After the woman left for work, Guardascione said, the baby stood up in a playpen, crying and falling repeatedly until it sounded like he fell hard. She said she picked him up, saw something was wrong, his eyes rolled back, and she called 911.

Last month, Guardascione told Collier Circuit Judge Frank Baker she had only accepted a plea bargain to avoid a long prison term and no one had believed her before. It was the judge who asked if she’d take a lie-detector test after the boy’s father, Tad Strycharz, told him he didn’t want an innocent woman to be sent to prison.

After she passed, the judge granted a motion by defense attorney Joshua Faett to withdraw the no-contest plea to aggravated child abuse, a first-degree felony.

She had agreed to the plea under the condition that she would face up to three years in prison, not 30, the maximum under the law.

On Friday, the judge detailed the long history of the case, saying he’d felt uncomfortable having to sentence Guardascione.
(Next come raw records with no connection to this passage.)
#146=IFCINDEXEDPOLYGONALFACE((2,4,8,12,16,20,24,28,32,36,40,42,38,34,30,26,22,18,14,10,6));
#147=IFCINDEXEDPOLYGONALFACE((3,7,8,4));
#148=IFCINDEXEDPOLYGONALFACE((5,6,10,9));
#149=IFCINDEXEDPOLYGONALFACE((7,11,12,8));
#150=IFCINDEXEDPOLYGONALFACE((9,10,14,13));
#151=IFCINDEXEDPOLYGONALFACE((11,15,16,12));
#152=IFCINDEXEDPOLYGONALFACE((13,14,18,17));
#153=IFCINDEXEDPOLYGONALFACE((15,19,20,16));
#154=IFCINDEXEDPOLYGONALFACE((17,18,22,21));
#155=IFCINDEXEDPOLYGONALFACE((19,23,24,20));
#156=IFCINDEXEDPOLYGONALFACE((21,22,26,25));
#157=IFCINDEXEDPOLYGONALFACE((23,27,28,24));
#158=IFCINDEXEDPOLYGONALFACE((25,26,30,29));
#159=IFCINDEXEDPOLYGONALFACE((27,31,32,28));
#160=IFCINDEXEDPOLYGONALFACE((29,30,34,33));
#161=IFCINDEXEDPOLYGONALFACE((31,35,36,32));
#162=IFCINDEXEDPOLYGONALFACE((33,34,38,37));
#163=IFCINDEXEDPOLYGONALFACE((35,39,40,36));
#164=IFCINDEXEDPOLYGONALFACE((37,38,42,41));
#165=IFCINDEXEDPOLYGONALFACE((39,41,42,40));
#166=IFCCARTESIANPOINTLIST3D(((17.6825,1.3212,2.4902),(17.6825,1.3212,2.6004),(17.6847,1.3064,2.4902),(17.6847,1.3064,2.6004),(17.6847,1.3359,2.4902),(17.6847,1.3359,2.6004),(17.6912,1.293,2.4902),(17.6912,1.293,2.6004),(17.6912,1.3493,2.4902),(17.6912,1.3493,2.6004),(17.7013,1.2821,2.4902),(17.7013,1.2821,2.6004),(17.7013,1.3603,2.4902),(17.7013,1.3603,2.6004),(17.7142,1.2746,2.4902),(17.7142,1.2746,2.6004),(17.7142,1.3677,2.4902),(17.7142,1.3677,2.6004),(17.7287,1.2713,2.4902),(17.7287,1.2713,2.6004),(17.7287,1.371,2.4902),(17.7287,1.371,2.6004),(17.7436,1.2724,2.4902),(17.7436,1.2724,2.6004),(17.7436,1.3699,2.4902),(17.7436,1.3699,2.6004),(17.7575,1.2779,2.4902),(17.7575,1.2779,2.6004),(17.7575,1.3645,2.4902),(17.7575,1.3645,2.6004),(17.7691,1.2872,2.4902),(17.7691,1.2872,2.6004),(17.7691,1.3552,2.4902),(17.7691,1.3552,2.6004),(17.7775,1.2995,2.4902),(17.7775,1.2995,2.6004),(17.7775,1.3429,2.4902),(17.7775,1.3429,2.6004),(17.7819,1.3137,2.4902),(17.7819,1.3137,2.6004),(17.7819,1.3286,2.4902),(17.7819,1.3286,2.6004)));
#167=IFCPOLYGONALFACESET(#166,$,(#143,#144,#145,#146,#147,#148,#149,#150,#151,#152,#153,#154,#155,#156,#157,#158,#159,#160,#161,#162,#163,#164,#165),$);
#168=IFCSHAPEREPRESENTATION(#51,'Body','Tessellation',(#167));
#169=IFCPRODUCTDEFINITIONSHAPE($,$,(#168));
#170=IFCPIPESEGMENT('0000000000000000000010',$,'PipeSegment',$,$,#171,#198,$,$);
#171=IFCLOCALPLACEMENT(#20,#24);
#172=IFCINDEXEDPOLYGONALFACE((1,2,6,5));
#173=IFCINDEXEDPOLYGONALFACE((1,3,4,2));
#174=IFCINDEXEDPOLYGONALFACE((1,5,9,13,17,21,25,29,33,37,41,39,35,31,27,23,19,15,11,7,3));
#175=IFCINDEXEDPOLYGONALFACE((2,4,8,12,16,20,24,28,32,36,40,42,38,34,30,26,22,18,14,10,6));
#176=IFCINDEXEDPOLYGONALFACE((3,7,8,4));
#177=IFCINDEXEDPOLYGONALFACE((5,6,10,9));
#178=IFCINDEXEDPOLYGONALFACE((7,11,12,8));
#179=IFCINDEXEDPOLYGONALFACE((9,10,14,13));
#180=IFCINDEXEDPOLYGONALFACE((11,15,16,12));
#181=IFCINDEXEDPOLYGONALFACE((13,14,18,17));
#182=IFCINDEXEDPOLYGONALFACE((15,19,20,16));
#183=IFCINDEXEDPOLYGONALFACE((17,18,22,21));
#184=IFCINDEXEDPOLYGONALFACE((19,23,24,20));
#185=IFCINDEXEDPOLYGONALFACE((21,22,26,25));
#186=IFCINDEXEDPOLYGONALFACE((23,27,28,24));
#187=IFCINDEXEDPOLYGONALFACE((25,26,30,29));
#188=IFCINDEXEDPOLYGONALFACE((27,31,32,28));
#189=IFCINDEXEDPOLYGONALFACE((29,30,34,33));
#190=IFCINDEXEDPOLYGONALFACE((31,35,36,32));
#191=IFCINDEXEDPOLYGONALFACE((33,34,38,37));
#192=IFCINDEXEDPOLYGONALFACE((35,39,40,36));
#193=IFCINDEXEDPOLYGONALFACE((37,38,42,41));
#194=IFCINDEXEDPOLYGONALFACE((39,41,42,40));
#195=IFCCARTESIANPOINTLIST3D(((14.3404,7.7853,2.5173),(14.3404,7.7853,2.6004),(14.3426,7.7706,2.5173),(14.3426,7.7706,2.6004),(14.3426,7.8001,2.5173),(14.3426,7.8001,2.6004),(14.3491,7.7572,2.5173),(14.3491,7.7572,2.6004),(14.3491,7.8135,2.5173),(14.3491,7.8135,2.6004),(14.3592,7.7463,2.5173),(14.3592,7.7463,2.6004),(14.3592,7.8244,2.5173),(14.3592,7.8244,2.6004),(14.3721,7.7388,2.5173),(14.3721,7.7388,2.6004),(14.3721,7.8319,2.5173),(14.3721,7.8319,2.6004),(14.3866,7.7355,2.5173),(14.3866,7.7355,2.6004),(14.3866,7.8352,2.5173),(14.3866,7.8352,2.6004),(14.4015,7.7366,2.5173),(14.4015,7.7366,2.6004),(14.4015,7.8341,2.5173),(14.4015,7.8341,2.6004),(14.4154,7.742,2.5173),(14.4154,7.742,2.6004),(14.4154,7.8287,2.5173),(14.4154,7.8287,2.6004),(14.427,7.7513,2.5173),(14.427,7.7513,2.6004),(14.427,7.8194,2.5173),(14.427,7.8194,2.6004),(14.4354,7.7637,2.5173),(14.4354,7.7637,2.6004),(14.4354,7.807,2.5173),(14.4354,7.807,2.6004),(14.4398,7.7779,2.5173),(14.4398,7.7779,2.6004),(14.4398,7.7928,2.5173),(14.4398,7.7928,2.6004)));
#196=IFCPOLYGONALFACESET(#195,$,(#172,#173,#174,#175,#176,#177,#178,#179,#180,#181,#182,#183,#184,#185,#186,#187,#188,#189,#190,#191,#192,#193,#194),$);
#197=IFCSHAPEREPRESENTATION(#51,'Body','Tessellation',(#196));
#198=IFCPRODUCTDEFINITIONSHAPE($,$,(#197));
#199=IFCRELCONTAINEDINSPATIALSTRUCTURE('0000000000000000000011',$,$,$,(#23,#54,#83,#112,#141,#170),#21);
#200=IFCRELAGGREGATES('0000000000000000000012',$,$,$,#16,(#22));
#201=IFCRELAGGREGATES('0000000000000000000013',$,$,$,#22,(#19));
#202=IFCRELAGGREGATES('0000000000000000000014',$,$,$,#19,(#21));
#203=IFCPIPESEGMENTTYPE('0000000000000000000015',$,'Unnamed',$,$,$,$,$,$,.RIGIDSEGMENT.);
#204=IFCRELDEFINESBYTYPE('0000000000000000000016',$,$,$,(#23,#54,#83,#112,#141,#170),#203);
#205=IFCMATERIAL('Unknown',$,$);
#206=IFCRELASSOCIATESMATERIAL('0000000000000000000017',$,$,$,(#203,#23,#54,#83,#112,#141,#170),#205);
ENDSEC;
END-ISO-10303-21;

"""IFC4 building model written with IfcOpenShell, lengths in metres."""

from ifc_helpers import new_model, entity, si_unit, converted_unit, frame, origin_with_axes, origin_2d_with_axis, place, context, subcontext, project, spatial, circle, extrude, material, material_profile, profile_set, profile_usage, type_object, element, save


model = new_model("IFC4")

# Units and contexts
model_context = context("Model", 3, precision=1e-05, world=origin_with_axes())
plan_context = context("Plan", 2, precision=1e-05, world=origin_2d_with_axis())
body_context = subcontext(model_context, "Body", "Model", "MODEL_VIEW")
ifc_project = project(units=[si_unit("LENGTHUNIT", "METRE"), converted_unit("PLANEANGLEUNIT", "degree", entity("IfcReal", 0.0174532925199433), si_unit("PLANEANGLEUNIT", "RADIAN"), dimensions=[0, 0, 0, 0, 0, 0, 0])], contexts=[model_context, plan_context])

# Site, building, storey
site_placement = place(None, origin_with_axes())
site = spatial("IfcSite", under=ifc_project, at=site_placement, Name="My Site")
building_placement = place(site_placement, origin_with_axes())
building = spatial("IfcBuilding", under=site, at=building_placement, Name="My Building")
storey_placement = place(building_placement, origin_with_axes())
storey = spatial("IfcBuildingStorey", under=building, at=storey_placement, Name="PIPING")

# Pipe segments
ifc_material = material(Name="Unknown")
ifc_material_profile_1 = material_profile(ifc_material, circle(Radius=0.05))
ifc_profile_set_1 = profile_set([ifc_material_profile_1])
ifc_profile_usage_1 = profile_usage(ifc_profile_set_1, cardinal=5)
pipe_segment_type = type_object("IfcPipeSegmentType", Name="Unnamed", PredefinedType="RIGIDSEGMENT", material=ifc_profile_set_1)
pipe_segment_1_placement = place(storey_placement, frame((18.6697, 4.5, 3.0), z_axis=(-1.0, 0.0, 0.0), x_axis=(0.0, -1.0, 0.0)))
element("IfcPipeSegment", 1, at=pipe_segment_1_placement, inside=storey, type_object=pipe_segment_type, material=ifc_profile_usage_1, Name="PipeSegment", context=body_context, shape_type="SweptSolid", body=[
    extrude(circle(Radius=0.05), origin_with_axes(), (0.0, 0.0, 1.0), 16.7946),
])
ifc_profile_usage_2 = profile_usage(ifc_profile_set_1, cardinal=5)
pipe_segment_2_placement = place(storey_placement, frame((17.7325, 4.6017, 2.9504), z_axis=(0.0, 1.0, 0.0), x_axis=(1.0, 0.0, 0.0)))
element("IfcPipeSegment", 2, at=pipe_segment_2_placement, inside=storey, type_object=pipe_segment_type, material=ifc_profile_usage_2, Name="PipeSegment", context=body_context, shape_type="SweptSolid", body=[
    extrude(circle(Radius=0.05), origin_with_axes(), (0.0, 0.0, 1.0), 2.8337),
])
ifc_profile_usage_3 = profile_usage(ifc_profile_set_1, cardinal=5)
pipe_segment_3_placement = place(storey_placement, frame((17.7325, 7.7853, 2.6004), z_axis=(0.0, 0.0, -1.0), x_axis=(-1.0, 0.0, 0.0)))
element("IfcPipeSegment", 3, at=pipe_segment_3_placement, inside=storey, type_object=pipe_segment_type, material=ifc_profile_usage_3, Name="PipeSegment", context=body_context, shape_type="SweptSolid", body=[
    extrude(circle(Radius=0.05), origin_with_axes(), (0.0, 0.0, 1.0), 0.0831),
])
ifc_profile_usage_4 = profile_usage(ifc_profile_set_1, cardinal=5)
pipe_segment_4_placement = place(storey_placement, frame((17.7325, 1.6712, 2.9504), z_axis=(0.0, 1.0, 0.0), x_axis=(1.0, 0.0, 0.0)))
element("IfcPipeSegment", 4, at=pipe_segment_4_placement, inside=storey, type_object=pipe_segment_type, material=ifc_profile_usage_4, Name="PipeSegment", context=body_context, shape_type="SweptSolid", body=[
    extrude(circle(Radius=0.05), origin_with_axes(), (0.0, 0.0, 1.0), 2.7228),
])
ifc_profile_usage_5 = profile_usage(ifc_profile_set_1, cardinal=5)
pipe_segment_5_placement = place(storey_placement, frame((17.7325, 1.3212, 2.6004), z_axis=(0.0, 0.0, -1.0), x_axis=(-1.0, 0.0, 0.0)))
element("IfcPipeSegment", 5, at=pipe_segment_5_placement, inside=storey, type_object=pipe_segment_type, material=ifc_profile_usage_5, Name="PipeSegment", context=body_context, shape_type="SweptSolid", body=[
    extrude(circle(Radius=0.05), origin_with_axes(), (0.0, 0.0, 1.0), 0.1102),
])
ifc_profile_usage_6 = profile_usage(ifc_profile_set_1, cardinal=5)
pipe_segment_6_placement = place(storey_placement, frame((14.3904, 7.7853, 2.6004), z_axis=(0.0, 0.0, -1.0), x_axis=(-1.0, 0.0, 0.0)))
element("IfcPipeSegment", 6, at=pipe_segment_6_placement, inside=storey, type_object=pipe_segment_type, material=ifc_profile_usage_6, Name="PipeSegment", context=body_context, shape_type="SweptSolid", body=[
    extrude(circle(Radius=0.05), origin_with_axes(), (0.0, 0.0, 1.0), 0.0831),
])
He then commended Assistant State Attorney Deb Cunningham for filing a notice, dismissing the charge.

Guardascione, who is Italian and speaks broken English, looked stunned as she left with her daughter-in-law, who referred comments to Guardascione’s defense attorney.

Faett said he had to tell the family three times before the news sunk in.

“She was at the wrong place at the wrong time,” Faett said, reiterating his medical expert’s opinion that such injuries could be caused at birth. “Whoever is left holding the baby at the time is charged.”

It’s uncertain whether the boy, nearly 4 years old now, suffered permanent injuries. His father cited concern over possible speech problems, but was uncertain whether they’d last.

“Our reason for (dropping charges) was that with the information that the victim’s father provided … and the new information that came to light during the re-interview of the defendant following her polygraph, we felt we could not prove the case beyond a reasonable doubt,” Cunningham said, referring to the father’s desire not to prosecute an innocent woman.

Guardascione, who operated a small, informal day care service in her home, called 911 on Nov. 6, 2006, to report the baby, who had been crying all day and week, appeared injured.

The baby was taken by medical helicopter to Lee Memorial Hospital in Fort Myers for emergency brain surgery and transferred to All Children’s Hospital in Tampa, where tests showed he had a subdural hematoma so severe it was causing part of his brain to shift to the other side. He couldn’t move his right side, the left side of his face drooped, and he needed further emergency surgery to stop the bleeding.

Doctors determined it was shaken-baby syndrome, a controversial diagnosis.

Faett hired a nationally known expert who made headlines in cases that included one in which a Boston nanny serving time in prison was freed and sentenced to time served.